⟨

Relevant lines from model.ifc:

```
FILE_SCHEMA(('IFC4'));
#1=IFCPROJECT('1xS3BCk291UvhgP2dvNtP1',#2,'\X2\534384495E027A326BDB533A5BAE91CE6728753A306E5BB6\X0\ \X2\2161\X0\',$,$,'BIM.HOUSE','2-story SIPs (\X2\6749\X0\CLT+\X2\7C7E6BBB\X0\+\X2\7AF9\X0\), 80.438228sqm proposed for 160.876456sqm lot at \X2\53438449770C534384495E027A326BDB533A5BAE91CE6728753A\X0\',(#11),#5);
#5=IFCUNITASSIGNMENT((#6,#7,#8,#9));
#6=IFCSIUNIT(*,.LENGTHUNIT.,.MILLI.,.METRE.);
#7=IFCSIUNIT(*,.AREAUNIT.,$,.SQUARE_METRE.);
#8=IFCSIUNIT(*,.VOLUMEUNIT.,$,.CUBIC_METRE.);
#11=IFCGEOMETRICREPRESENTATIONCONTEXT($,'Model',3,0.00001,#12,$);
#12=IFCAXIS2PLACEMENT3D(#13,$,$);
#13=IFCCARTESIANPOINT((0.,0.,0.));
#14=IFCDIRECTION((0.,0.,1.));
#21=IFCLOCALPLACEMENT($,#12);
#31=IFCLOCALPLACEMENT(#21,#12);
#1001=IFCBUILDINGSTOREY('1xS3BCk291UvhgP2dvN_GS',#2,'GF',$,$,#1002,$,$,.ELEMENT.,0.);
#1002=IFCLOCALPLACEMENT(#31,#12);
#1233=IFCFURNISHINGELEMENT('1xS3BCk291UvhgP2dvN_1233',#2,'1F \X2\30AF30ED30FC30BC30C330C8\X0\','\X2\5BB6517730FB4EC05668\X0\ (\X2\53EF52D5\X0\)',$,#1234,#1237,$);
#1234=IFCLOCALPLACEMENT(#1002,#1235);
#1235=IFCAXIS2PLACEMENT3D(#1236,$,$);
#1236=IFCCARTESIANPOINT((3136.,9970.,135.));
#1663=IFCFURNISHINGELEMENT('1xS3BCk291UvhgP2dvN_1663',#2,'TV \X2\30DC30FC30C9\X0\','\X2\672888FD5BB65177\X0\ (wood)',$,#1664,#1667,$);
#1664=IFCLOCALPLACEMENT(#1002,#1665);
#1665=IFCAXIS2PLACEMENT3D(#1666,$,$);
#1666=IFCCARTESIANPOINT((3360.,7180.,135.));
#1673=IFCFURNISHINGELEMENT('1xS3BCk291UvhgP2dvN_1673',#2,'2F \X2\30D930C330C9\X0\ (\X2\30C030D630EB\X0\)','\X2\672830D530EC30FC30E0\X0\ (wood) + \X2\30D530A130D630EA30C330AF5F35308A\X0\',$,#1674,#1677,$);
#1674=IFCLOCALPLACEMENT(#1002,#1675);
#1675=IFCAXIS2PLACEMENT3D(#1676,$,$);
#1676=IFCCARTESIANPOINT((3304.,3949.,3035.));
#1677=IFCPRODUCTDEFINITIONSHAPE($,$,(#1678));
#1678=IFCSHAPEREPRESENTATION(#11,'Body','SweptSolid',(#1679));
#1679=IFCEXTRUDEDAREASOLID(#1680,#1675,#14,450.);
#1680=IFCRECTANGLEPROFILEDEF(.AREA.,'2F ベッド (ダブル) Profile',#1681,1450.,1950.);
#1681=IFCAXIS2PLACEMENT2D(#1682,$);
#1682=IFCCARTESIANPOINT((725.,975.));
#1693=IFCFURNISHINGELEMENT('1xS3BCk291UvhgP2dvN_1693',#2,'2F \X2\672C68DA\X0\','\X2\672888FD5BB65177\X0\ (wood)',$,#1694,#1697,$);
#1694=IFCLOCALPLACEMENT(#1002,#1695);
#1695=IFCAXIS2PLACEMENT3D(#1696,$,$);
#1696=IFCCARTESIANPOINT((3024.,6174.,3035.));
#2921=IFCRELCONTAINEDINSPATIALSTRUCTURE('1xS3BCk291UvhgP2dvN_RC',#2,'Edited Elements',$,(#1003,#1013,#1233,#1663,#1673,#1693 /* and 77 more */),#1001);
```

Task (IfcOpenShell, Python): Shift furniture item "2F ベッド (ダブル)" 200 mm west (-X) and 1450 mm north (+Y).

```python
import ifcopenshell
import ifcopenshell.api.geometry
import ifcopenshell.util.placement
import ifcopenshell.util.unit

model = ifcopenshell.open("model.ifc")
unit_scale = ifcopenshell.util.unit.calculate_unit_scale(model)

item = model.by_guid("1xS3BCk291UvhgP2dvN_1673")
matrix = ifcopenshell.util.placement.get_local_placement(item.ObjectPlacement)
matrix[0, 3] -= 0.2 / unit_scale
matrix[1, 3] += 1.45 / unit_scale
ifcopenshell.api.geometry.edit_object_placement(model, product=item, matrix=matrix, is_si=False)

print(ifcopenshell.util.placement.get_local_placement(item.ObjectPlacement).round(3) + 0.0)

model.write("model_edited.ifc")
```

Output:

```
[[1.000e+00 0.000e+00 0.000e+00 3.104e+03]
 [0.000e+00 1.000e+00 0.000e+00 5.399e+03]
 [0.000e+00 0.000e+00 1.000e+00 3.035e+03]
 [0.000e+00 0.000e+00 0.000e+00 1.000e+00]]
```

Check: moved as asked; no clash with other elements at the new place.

⟩

Work request: In the records above, collect each line with "IFCLOCALPLACEMENT".

Result for this exercise:
#21=IFCLOCALPLACEMENT($,#12);
#31=IFCLOCALPLACEMENT(#21,#12);
#1002=IFCLOCALPLACEMENT(#31,#12);
#1234=IFCLOCALPLACEMENT(#1002,#1235);
#1664=IFCLOCALPLACEMENT(#1002,#1665);
#1674=IFCLOCALPLACEMENT(#1002,#1675);
#1694=IFCLOCALPLACEMENT(#1002,#1695);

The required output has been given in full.